Grab some streamers from the dollar store, construction paper, and tape, and set your kids free to give their bikes a colorful makeover. Wrap the bike’s body with streamers. Cut colorful shapes to stick in the spokes of the wheels. Create a pennant or two to display on the front handlebars. (Just Google “bike parade” and look at the images if you need a little inspiration.)

18. Monet Moments

 Buy some small canvases at the hobby store or Amazon, along with some cheap acrylic paints.  Make a painter’s palette from an old cardboard box. Then send your kids outside to paint something they see.

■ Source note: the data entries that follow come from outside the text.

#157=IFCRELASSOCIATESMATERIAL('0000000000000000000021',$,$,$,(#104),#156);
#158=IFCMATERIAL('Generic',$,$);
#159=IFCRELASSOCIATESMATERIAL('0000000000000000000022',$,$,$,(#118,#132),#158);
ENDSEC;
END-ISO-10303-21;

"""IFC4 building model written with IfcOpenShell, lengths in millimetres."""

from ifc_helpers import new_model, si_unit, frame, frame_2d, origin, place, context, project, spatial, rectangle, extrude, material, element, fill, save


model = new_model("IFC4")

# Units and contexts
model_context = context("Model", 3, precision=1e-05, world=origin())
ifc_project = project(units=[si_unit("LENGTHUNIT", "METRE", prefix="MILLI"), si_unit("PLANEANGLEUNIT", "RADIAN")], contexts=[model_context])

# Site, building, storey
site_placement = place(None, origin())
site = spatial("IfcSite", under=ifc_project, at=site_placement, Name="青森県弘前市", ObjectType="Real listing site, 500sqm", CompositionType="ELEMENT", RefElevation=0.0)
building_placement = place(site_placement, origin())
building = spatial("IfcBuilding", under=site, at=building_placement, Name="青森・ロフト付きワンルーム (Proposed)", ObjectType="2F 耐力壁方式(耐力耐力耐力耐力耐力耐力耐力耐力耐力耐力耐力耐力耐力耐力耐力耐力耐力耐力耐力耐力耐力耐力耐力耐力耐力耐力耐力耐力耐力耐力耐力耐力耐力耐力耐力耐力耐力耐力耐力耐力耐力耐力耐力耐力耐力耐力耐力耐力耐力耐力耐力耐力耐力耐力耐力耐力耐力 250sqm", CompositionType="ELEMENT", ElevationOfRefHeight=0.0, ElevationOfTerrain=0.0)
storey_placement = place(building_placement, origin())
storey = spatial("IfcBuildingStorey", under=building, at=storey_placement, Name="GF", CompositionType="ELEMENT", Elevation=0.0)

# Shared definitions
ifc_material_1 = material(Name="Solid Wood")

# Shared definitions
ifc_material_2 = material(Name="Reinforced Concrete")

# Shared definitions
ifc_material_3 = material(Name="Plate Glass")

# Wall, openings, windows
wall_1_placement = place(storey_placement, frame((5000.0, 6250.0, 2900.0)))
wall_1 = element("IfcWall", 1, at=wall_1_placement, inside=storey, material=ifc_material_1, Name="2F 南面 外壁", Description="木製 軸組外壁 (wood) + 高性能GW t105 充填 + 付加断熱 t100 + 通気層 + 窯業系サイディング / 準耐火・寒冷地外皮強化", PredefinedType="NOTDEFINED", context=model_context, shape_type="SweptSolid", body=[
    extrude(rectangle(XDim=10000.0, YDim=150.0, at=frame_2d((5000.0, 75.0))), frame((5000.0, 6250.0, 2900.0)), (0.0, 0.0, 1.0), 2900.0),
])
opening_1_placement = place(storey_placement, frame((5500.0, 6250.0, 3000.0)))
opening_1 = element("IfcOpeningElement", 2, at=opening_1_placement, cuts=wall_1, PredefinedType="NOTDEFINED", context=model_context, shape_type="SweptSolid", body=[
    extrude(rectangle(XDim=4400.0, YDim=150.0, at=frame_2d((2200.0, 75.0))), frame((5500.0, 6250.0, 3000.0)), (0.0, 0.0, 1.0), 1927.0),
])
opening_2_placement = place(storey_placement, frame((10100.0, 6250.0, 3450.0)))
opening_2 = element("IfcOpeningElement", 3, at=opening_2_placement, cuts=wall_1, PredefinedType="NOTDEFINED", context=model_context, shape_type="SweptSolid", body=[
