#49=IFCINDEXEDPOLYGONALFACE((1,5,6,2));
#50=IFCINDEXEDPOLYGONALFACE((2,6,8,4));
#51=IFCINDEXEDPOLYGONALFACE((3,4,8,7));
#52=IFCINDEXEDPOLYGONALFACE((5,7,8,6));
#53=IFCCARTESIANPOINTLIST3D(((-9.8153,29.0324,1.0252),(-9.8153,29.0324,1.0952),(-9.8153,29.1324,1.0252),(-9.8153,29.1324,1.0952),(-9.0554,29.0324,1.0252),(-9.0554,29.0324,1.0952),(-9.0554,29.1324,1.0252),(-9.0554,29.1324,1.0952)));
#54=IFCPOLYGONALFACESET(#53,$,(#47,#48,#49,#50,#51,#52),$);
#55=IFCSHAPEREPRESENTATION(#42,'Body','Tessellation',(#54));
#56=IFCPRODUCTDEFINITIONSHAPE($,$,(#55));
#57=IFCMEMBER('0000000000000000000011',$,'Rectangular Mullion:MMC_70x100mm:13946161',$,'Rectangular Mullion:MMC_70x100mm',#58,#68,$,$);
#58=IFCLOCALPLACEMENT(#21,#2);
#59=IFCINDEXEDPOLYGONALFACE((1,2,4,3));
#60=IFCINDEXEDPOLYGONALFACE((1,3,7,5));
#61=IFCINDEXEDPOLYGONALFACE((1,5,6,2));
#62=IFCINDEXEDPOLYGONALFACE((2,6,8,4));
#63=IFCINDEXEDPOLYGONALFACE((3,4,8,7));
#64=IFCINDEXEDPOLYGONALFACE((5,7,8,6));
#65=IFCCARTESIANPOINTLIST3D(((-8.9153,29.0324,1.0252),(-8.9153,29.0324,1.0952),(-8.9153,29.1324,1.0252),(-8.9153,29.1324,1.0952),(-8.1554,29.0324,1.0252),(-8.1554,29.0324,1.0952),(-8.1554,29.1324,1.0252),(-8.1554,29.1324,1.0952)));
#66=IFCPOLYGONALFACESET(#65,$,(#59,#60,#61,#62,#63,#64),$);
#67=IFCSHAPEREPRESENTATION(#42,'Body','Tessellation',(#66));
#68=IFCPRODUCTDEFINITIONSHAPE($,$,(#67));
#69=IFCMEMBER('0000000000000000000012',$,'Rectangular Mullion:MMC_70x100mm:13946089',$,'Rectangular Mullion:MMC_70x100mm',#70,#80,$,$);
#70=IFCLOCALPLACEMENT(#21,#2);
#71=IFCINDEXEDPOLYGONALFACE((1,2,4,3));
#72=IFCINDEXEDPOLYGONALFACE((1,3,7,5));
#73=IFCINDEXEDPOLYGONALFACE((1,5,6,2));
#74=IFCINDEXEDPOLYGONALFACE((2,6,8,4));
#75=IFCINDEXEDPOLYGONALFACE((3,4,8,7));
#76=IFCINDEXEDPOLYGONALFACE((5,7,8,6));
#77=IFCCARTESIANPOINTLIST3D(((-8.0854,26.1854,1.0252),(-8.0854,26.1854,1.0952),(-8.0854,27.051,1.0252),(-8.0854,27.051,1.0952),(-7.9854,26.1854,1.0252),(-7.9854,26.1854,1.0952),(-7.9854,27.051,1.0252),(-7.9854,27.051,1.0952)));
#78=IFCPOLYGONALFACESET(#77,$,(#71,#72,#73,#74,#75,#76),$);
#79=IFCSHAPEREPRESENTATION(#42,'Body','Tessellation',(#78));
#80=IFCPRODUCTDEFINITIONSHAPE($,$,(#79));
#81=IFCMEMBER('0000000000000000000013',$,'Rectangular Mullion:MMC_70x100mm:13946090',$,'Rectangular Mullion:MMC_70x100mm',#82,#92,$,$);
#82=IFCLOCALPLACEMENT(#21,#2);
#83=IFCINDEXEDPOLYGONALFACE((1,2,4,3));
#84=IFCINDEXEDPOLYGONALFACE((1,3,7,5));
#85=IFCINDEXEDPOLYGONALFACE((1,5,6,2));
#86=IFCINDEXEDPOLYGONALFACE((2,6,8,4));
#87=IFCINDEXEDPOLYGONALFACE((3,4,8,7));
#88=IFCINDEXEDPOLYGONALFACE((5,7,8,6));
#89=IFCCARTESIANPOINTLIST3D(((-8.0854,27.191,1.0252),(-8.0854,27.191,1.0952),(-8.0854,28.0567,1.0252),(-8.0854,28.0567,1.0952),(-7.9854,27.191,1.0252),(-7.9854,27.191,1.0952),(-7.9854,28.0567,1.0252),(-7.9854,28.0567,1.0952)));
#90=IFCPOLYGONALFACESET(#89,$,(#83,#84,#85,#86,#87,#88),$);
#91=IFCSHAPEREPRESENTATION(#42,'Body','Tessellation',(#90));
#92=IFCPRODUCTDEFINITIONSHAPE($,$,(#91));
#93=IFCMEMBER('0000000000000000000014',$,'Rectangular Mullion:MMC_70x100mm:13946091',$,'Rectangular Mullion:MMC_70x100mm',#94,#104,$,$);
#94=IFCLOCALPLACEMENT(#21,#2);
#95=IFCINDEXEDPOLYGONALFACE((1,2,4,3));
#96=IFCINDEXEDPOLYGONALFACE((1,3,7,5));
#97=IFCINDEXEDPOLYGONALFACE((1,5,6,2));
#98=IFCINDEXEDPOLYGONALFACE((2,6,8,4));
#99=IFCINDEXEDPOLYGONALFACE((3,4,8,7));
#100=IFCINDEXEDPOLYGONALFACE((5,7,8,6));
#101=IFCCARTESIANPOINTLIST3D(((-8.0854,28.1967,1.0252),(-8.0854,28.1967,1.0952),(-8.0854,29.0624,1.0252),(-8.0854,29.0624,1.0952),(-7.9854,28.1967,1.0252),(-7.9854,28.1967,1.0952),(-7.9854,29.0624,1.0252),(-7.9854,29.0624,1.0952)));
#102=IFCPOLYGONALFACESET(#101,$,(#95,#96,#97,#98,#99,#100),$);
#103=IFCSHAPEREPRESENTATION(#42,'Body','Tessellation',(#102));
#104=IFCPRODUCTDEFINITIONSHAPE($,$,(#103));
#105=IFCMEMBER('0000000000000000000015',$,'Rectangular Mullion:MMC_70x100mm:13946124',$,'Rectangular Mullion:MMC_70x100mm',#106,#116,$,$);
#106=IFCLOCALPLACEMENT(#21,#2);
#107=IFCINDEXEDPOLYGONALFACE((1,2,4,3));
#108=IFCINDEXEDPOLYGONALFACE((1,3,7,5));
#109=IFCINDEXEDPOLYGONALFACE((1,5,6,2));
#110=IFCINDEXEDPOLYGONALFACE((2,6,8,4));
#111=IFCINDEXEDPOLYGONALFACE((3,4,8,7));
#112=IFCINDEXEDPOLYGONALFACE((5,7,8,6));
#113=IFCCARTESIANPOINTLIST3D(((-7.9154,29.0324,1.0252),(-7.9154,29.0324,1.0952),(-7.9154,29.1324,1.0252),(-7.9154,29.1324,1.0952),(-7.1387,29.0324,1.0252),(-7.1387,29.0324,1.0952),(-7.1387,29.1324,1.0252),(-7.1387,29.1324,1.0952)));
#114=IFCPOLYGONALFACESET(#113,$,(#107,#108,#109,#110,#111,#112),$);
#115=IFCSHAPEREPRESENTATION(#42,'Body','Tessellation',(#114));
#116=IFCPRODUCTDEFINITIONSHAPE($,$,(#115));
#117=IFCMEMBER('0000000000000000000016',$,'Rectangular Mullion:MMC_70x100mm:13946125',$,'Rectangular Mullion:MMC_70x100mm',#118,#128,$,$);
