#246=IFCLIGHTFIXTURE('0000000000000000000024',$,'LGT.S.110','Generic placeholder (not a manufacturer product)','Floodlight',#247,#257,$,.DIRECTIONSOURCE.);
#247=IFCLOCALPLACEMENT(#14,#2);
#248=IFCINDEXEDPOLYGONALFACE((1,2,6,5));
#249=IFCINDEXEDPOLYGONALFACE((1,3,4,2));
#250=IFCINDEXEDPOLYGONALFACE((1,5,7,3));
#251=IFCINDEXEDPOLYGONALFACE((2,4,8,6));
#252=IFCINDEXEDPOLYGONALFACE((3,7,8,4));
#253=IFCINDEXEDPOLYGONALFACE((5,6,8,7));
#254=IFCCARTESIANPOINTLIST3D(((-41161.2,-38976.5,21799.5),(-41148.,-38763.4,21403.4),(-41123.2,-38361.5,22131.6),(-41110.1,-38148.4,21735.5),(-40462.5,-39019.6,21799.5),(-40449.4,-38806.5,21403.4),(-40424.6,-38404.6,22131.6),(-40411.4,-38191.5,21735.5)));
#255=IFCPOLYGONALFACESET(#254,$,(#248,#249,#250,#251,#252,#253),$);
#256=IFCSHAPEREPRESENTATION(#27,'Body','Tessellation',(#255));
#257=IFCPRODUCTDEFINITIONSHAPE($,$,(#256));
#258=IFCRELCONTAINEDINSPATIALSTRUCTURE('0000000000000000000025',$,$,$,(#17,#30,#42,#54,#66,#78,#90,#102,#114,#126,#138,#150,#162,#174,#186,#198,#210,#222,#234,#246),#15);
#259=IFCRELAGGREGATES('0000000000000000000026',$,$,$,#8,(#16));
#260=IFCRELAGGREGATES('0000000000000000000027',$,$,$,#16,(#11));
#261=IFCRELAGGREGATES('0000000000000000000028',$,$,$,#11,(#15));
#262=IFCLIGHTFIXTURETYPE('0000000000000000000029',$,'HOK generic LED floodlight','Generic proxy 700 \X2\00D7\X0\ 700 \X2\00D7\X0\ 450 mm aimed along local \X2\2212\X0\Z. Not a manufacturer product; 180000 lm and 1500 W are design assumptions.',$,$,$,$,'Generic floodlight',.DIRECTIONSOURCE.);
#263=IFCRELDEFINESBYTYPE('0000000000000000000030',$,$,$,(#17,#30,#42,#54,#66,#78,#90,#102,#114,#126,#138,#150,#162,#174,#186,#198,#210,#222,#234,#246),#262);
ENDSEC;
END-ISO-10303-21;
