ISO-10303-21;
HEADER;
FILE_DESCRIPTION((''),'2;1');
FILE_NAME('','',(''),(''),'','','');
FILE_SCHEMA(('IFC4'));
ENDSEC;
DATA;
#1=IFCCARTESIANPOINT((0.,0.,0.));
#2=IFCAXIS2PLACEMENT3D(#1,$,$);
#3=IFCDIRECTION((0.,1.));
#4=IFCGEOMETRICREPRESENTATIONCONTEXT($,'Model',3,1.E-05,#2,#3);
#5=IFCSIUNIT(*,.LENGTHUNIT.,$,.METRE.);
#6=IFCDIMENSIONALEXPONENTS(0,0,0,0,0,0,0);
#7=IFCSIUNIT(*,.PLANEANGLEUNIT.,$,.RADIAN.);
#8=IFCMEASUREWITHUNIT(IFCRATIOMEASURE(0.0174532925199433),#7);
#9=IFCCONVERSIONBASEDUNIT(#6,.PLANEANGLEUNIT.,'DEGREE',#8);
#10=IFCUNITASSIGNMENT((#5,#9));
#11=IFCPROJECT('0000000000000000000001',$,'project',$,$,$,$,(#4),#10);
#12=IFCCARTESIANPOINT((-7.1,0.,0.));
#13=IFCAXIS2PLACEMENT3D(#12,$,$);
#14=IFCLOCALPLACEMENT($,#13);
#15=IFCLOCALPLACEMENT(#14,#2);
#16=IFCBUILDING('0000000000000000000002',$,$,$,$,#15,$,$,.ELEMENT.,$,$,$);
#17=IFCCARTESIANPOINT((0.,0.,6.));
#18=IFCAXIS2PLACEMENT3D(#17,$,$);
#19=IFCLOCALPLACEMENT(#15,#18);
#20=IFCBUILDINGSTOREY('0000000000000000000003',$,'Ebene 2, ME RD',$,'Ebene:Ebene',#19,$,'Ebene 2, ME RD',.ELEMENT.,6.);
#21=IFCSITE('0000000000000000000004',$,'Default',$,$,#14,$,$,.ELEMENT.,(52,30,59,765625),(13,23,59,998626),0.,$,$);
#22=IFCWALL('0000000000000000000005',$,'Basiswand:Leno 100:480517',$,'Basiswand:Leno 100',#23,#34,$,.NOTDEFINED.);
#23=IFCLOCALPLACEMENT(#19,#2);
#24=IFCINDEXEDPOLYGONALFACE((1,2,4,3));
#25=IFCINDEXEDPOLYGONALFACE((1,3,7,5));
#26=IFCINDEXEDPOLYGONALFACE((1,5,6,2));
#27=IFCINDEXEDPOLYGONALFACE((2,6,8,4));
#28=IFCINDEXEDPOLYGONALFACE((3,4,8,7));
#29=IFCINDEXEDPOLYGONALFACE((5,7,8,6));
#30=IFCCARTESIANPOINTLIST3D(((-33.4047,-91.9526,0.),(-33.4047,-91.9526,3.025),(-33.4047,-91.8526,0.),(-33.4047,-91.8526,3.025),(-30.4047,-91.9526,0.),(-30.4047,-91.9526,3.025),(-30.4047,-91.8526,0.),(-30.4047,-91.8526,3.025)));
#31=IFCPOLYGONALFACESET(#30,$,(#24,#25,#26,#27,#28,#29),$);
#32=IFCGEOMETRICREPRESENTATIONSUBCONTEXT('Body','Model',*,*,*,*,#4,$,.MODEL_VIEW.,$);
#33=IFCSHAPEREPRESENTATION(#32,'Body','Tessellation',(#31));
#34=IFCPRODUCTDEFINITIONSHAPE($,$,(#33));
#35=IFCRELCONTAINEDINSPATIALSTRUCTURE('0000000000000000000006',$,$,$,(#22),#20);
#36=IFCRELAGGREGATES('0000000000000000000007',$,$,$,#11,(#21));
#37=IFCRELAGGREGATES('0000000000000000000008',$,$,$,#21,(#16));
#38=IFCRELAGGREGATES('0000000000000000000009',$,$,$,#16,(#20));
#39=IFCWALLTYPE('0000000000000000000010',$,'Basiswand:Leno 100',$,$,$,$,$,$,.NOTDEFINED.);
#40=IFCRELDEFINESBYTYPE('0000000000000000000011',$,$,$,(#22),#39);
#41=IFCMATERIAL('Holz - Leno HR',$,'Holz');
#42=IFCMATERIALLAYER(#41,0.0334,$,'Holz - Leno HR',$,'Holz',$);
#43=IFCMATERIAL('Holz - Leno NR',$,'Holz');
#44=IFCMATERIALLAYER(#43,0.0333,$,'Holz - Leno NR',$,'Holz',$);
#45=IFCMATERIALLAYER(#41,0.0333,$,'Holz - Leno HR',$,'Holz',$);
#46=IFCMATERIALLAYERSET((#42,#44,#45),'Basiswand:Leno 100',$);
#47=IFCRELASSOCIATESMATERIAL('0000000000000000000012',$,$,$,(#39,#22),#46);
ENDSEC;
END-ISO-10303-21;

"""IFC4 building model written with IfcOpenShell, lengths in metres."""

from ifc_helpers import new_model, entity, si_unit, converted_unit, direction, frame, origin, place, context, subcontext, project, spatial, indexed_curve, outline, extrude, material, layer, layer_set, type_object, element, save


model = new_model("IFC4")

# Units and contexts
model_context = context("Model", 3, precision=1e-05, world=origin(), true_north=direction((0.0, 1.0)))
body_context = subcontext(model_context, "Body", "Model", "MODEL_VIEW")
ifc_project = project(units=[si_unit("LENGTHUNIT", "METRE"), converted_unit("PLANEANGLEUNIT", "DEGREE", entity("IfcRatioMeasure", 0.0174532925199433), si_unit("PLANEANGLEUNIT", "RADIAN"), dimensions=[0, 0, 0, 0, 0, 0, 0])], contexts=[model_context])

# Site, building, storey
site_placement = place(None, frame((-7.1, 0.0, 0.0)))
site = spatial("IfcSite", under=ifc_project, at=site_placement, Name="Default", CompositionType="ELEMENT", RefLatitude=(52, 30, 59, 765625), RefLongitude=(13, 23, 59, 998626), RefElevation=0.0)
building_placement = place(site_placement, origin())
building = spatial("IfcBuilding", under=site, at=building_placement, CompositionType="ELEMENT")
storey_placement = place(building_placement, frame((0.0, 0.0, 6.0)))
storey = spatial("IfcBuildingStorey", under=building, at=storey_placement, Name="Ebene 2, ME RD", ObjectType="Ebene:Ebene", LongName="Ebene 2, ME RD", CompositionType="ELEMENT", Elevation=6.0)

# Wall
ifc_material_1 = material(Name="Holz - Leno HR", Category="Holz")
ifc_layer_1 = layer(ifc_material_1, 0.0334, Name="Holz - Leno HR", Category="Holz")
ifc_material_2 = material(Name="Holz - Leno NR", Category="Holz")
ifc_layer_2 = layer(ifc_material_2, 0.0333, Name="Holz - Leno NR", Category="Holz")
ifc_layer_3 = layer(ifc_material_1, 0.0333, Name="Holz - Leno HR", Category="Holz")
ifc_layer_set = layer_set([ifc_layer_1, ifc_layer_2, ifc_layer_3], Name="Basiswand:Leno 100")
wall_type = type_object("IfcWallType", Name="Basiswand:Leno 100", PredefinedType="NOTDEFINED", material=ifc_layer_set)
wall_placement = place(storey_placement, frame((-30.4047, -91.9026, 0.0), z_axis=(0.0, 0.0, 1.0), x_axis=(-1.0, 0.0, 0.0)))
element("IfcWall", 1, at=wall_placement, inside=storey, type_object=wall_type, material=ifc_layer_set, Name="Basiswand:Leno 100:480517", ObjectType="Basiswand:Leno 100", PredefinedType="NOTDEFINED", context=body_context, shape_type="SweptSolid", body=[
    extrude(outline(indexed_curve([(3.0, 0.05), (0.0, 0.05), (0.0, -0.05), (3.0, -0.05), (3.0, 0.05)], self_intersect=False)), origin(), (0.0, 0.0, 1.0), 3.025),
])

save(model, "model.ifc")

19. “Get-to-Know-Your-Neighbors” Survey

Challenge your kids to design a “Get-To-Know-Your Neighbors” survey with simple questions like: What’s Your Job?  What Hobbies Do You Enjoy?  How Many People and Pets Live In Your House (And What Are Their Names and Ages?) Encourage them to draw a map of the neighborhood and go door-to-door asking their survey questions.  Make a “Know Your Neighbors” sheet that compiles all the answers you received and bring a copy to each house when you’re finished.


20. Games Away!

Grab a few of those favorite card or board games and give them new life by playing them outside on the deck or underneath a favorite tree.

21. Nature Treasure Box

Find an old shoe box and send your kids outside to gather natural wonders they discover in your neighborhood or yard (interesting stones, leaves, tree bark, etc. You will be surprised what they find interesting!)

22. Cloud Watching

An oldie but a goodie for a cloudy day. Grab a blanket, spread it out, and look up to the skies.  Do you see any shapes in the clouds?  What do you notice about how they move?  Count the number of birds you see in a certain number of minutes.

23. Build a Reading Tent

Grab a pile of old blankets and a good book or two. Challenge your kids to create a shaded reading area outside using the blankets and whatever supplies are handy.  (*Leave the tents up and head back outside with flashlights in the evening for an extra-special bedtime story in the fortress!)

24. Build a Zoo

Do you have a bazillion stuffed animals crammed into closets, toychests, and bedrooms throughout your home?  Yeah, me too.  Gather up all those critters and tell your kids to design a zoo outside. Have them create enclosures and signs for the various “species.” (ex. draw a “monkey area” with sidewalk chalk on the driveway, or use pool noodles arranged like fences.)

25. Writers Challenge

Send your child outside with one of these writing prompts (you can download a printable set of prompts below):

  • Pick a tree or an animal you can see in your neighborhood:  Write an imaginary conversation you might have with them
  • If you were forced to live in a dark basement for the next year, what are the five outdoor elements you would miss seeing the most? Why?
  • Imagine that God gave you the chance to design a new tree, plant, or animal.  What would it look like? What would make it grow? How would it behave?
  • Write a list of the animals you have seen in the neighborhood: What are some questions you think they might have for human beings? What do you think the animals would like about humans?  What might they dislike?